Il rischio con dolcetti o condimenti come miele o marmellata è molto più basso. Al contrario, consumare una quantità ragionevole di alcuni dolci tende a ridurre questo rischio.
“I dati mostrano che le persone che ne consumano 14 a settimana riducono il rischio di sviluppare problemi cardiaci del 30%, rispetto a chi ne consuma solo 2”, spiega Suzanne Janzi.

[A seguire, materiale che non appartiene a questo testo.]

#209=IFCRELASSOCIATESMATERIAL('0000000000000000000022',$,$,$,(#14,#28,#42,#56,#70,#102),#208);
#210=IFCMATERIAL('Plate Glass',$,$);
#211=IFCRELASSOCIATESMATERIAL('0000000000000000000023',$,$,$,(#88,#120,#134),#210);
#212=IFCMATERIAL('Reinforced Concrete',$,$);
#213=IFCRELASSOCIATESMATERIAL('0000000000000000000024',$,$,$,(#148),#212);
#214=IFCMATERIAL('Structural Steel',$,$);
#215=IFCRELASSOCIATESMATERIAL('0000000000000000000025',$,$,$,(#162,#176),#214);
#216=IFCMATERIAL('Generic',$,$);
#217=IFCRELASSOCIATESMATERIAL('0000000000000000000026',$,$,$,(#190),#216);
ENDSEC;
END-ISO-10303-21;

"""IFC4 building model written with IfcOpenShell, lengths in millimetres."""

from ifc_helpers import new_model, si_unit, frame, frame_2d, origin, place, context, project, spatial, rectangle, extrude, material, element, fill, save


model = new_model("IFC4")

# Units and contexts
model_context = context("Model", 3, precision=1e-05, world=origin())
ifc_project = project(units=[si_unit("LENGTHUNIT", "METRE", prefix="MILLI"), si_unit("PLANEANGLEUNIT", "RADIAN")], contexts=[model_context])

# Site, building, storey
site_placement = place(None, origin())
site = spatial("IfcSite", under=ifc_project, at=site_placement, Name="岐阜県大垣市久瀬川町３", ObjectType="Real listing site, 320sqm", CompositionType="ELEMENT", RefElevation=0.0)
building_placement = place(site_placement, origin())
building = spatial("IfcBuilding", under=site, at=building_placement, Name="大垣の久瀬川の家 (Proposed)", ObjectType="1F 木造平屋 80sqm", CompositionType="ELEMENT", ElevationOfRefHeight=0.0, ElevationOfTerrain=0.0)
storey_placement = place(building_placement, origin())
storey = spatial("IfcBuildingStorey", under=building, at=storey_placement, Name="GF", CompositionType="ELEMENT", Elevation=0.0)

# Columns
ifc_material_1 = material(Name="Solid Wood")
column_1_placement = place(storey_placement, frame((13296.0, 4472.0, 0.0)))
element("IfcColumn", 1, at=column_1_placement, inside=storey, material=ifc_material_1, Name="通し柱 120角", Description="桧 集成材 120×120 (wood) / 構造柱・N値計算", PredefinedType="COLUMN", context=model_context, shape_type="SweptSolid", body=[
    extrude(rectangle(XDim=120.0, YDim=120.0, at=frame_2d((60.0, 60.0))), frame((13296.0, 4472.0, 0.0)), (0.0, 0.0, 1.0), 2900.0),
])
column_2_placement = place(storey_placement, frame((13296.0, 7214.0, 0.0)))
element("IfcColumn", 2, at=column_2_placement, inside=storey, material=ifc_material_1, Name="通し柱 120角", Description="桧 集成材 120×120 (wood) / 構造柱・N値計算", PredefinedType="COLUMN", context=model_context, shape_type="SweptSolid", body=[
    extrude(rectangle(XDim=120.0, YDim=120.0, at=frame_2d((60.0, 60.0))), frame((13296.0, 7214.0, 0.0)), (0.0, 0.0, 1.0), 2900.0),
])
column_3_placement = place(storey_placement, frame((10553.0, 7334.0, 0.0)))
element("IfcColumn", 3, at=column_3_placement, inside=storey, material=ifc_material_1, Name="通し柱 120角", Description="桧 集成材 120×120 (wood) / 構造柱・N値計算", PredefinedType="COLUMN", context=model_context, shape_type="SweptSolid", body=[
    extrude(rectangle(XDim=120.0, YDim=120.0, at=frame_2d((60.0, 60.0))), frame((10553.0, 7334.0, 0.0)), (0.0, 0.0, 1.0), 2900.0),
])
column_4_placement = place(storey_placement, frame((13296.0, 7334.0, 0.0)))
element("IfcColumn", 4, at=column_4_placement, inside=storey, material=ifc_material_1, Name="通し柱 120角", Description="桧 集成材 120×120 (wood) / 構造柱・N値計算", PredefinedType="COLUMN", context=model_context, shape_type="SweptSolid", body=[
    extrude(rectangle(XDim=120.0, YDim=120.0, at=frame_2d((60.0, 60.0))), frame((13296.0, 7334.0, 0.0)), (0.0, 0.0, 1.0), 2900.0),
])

Pertanto non è consigliabile nemmeno interrompere o ridurre radicalmente il consumo di zucchero. “Sebbene il nostro studio osservazionale non possa stabilire un collegamento di causa ed effetto, questi risultati suggeriscono che un consumo estremamente basso di zucchero potrebbe non essere necessario o benefico per la salute cardiovascolare”, afferma il ricercatore.
“Ciò potrebbe riflettere comportamenti dietetici sottostanti: gli individui che consumano pochissimo zucchero potrebbero avere una dieta molto restrittiva o limitare l’assunzione di zucchero a causa di condizioni di salute preesistenti”, osserva altrove.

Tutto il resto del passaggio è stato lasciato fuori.